Instructions for the task
All lines holding the word "CompositionType" should be located in the records and copied.
================
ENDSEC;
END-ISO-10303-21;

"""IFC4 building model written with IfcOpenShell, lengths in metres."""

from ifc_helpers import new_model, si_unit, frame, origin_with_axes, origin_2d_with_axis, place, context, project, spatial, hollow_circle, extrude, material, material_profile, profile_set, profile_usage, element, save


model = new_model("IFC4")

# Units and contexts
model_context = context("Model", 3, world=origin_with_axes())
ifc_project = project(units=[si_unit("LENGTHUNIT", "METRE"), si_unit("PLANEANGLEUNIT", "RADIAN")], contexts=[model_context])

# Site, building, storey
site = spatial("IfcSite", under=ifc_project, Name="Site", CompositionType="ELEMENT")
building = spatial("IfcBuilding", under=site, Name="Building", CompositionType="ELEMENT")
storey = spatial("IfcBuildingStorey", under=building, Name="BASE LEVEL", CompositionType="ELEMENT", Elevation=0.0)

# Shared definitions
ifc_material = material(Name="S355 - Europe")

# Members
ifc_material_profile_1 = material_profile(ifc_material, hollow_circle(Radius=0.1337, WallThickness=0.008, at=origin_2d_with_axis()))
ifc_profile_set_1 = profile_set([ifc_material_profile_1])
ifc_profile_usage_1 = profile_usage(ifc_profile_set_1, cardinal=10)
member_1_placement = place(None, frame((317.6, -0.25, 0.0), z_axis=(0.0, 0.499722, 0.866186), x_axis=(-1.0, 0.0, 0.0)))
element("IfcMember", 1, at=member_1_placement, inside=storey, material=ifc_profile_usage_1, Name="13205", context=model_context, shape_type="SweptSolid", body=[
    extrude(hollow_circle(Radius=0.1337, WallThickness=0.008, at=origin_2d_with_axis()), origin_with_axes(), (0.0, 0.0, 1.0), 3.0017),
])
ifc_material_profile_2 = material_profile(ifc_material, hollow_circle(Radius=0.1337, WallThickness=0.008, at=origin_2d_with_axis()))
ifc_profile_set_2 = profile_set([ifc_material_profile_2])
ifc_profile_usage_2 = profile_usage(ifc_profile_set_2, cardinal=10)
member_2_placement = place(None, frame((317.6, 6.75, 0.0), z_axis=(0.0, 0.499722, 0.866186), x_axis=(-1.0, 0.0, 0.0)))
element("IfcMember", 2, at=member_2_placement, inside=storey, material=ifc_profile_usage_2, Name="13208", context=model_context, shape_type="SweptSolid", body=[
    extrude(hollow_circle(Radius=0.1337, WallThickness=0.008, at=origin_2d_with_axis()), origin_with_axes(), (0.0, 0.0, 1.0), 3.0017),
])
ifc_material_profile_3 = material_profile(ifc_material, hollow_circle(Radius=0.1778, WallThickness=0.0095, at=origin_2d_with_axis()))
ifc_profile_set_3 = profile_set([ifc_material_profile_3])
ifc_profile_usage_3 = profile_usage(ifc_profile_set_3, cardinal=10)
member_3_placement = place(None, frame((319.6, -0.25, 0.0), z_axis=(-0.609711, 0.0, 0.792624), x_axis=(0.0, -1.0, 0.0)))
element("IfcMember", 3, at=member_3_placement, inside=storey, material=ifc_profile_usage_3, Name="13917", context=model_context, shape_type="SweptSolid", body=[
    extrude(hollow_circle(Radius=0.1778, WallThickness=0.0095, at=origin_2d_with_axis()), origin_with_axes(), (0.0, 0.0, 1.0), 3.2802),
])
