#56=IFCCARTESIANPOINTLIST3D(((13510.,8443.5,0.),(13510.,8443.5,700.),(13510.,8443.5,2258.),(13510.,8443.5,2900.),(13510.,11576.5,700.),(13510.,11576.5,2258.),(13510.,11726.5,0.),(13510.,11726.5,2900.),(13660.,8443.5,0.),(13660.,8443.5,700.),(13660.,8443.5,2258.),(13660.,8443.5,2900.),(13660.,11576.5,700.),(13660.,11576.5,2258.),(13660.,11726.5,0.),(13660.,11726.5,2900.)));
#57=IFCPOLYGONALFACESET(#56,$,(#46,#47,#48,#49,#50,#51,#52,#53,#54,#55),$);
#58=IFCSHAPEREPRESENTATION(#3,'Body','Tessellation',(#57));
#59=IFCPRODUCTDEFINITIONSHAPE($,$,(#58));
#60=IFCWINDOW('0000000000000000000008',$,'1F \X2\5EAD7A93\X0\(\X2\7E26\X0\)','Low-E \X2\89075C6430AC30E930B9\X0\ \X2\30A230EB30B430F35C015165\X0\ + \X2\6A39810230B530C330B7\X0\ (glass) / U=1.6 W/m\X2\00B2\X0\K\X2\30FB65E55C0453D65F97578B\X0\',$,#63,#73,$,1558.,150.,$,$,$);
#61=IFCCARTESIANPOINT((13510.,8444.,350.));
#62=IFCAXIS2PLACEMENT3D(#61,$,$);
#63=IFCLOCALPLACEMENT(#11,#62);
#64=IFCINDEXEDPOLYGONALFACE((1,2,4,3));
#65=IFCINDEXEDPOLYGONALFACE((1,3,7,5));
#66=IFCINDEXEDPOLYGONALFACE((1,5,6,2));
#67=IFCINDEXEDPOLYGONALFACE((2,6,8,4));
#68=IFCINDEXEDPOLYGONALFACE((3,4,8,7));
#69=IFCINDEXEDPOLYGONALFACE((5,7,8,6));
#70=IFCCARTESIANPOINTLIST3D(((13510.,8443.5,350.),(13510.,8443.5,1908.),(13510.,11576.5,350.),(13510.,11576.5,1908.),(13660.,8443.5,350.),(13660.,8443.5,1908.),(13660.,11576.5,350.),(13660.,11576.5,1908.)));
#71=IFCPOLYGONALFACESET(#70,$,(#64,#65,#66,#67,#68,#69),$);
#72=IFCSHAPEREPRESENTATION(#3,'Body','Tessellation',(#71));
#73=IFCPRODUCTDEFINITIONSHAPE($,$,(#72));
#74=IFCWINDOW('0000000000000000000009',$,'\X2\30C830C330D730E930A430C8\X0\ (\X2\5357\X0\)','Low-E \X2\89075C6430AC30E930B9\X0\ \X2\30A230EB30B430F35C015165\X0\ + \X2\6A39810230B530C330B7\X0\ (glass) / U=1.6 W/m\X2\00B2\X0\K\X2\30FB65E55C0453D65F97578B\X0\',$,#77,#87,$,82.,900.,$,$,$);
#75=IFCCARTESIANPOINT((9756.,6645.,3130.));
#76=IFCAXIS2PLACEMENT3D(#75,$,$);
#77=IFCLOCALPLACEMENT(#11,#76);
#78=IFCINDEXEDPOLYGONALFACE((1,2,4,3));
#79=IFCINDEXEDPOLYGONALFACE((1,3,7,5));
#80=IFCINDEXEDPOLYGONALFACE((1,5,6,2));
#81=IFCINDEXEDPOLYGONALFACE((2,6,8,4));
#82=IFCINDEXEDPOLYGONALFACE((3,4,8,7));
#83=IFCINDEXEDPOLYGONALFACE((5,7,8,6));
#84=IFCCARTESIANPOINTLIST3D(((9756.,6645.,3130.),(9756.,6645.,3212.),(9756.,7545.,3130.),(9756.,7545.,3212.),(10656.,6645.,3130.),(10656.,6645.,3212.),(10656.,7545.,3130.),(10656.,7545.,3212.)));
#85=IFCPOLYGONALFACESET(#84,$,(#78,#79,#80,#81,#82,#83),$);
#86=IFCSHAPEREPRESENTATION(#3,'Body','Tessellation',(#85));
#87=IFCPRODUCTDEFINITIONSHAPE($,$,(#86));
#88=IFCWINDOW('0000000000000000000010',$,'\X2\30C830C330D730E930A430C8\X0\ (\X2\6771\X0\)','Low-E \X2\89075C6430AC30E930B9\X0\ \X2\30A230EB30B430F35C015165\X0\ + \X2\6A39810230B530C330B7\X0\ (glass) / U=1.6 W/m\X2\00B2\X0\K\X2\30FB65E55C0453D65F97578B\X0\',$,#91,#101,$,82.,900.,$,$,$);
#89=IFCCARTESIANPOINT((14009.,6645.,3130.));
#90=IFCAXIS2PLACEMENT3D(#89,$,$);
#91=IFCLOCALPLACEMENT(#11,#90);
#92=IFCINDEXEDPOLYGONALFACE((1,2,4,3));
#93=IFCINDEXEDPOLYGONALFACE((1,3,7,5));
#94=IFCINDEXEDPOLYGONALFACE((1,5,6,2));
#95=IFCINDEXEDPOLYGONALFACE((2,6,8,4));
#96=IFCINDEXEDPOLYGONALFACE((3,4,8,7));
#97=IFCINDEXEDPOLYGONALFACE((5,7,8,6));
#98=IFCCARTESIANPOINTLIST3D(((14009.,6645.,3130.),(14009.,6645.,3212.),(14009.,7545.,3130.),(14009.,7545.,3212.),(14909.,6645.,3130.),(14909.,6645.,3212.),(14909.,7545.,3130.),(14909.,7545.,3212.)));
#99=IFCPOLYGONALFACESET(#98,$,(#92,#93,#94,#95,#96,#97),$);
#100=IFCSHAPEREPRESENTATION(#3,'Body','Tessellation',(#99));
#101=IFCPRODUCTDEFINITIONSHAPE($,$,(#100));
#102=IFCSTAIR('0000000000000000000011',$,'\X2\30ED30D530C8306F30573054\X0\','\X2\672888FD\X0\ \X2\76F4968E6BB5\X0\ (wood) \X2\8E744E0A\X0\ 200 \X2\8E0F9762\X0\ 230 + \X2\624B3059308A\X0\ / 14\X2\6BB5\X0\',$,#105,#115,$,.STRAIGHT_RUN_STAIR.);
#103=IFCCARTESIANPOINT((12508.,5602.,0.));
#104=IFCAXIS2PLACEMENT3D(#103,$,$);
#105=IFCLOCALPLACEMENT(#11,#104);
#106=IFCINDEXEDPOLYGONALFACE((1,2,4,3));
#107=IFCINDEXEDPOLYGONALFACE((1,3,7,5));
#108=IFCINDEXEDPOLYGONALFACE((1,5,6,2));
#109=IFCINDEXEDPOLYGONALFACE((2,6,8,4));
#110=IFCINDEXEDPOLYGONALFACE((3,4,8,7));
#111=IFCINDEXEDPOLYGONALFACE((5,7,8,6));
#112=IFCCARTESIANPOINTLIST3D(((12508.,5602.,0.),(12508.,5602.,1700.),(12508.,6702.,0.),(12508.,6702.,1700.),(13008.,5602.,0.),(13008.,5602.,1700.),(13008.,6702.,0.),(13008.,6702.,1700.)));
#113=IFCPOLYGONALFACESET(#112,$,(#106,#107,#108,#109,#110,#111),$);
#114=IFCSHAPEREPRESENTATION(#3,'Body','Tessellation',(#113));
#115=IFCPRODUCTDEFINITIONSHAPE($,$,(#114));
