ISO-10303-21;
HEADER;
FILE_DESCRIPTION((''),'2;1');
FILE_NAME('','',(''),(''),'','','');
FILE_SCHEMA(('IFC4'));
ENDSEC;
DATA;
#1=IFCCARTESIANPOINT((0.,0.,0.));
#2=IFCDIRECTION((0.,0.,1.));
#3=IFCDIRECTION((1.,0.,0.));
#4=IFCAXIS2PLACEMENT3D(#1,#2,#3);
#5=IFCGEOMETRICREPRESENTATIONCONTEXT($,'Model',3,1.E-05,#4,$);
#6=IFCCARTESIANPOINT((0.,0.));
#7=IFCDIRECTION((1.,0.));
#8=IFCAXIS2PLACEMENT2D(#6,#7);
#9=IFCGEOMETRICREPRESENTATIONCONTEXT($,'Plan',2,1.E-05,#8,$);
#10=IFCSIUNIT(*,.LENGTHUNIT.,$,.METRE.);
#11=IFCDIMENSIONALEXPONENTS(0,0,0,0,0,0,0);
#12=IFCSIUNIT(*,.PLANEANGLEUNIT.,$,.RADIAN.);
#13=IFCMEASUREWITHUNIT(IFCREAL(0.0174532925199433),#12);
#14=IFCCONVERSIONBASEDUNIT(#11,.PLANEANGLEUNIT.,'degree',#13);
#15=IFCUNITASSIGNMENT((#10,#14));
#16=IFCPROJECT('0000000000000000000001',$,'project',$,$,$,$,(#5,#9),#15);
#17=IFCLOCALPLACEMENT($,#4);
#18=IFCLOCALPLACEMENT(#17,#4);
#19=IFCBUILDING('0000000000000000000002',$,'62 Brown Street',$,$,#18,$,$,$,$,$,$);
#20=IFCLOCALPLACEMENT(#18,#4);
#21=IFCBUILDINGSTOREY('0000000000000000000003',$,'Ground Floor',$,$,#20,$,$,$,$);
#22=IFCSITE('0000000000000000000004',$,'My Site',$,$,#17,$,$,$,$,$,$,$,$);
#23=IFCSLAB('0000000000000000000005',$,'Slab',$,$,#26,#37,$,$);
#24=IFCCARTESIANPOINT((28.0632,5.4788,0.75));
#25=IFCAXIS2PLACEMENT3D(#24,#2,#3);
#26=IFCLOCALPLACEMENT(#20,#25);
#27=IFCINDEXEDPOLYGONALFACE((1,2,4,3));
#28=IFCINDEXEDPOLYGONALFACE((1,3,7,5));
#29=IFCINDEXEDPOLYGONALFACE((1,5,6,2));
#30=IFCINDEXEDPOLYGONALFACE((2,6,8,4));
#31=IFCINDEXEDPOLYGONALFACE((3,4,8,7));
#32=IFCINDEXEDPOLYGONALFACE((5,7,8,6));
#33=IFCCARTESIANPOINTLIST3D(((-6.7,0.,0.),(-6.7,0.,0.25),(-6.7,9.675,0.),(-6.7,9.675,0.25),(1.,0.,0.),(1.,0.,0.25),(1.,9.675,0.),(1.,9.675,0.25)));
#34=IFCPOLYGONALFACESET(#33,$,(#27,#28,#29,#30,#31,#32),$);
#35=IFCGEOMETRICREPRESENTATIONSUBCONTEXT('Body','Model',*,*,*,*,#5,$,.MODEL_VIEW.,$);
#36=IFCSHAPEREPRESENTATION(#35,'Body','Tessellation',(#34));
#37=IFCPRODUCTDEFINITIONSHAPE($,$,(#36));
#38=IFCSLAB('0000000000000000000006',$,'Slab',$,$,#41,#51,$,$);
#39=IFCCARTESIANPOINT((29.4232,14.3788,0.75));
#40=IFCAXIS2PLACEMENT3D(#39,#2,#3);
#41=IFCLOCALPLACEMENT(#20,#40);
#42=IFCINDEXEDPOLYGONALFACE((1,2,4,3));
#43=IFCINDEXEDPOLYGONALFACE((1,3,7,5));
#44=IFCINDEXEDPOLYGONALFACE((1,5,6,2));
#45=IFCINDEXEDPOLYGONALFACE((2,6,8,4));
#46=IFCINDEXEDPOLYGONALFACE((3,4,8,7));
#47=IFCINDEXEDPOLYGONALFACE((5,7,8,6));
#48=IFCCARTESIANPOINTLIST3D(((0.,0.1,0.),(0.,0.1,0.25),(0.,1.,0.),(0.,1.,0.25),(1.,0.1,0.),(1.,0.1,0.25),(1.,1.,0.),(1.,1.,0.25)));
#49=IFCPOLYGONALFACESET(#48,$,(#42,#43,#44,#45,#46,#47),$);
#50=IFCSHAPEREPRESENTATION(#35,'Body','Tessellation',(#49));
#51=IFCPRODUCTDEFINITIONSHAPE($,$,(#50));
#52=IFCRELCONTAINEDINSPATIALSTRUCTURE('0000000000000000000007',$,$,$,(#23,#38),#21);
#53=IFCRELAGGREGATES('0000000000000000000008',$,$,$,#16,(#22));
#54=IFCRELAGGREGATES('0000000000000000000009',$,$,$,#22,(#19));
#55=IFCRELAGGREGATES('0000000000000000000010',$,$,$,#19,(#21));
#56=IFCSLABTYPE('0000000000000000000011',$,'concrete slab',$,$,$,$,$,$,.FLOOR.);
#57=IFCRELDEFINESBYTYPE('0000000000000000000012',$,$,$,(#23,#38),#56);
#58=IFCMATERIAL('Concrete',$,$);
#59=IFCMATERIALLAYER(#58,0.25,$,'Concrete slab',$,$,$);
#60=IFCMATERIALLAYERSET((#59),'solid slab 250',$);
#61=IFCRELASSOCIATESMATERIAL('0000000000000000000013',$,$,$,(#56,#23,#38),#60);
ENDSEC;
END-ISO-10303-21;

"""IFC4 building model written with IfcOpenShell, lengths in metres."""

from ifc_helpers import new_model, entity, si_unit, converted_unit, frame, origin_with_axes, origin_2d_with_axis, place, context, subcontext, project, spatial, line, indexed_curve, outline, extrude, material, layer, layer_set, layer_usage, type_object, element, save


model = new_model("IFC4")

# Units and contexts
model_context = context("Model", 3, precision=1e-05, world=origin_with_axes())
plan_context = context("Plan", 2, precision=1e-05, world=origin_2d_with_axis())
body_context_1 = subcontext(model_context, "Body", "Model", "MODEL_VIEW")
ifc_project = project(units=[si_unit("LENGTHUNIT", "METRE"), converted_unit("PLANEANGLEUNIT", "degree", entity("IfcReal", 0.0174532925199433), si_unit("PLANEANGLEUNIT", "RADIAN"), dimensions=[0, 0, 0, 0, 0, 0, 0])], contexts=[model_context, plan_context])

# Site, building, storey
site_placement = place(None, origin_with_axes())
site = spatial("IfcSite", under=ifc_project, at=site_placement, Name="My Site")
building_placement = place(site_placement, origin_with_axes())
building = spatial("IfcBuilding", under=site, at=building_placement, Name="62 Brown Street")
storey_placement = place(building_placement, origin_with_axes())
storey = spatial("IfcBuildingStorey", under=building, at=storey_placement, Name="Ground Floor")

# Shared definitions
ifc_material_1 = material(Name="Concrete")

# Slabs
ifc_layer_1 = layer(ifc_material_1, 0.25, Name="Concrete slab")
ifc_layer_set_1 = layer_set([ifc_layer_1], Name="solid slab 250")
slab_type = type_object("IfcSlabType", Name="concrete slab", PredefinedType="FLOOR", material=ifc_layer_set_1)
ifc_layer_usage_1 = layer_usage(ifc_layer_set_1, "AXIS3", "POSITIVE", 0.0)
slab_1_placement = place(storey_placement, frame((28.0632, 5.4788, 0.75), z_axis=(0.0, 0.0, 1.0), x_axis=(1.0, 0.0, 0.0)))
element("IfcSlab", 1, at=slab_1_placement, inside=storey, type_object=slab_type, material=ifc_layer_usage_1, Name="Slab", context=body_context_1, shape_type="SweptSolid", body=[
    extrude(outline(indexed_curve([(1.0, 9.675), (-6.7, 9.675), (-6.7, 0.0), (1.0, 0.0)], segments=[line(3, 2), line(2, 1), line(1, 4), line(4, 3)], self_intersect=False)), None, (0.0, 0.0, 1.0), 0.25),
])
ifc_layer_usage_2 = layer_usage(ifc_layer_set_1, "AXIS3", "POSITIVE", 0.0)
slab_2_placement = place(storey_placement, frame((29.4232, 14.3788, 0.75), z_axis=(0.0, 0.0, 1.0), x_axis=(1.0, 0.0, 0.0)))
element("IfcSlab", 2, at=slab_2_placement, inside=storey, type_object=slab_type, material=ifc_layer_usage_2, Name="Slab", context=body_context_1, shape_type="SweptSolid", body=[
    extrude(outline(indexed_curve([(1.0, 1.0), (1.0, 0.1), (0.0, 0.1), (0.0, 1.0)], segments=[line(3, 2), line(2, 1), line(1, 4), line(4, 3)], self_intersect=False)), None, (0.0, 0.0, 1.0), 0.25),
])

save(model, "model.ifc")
================
Written response
site = spatial("IfcSite", under=ifc_project, Name="Site", CompositionType="ELEMENT")
building = spatial("IfcBuilding", under=site, Name="Building", CompositionType="ELEMENT")
storey = spatial("IfcBuildingStorey", under=building, Name="BASE LEVEL", CompositionType="ELEMENT", Elevation=0.0)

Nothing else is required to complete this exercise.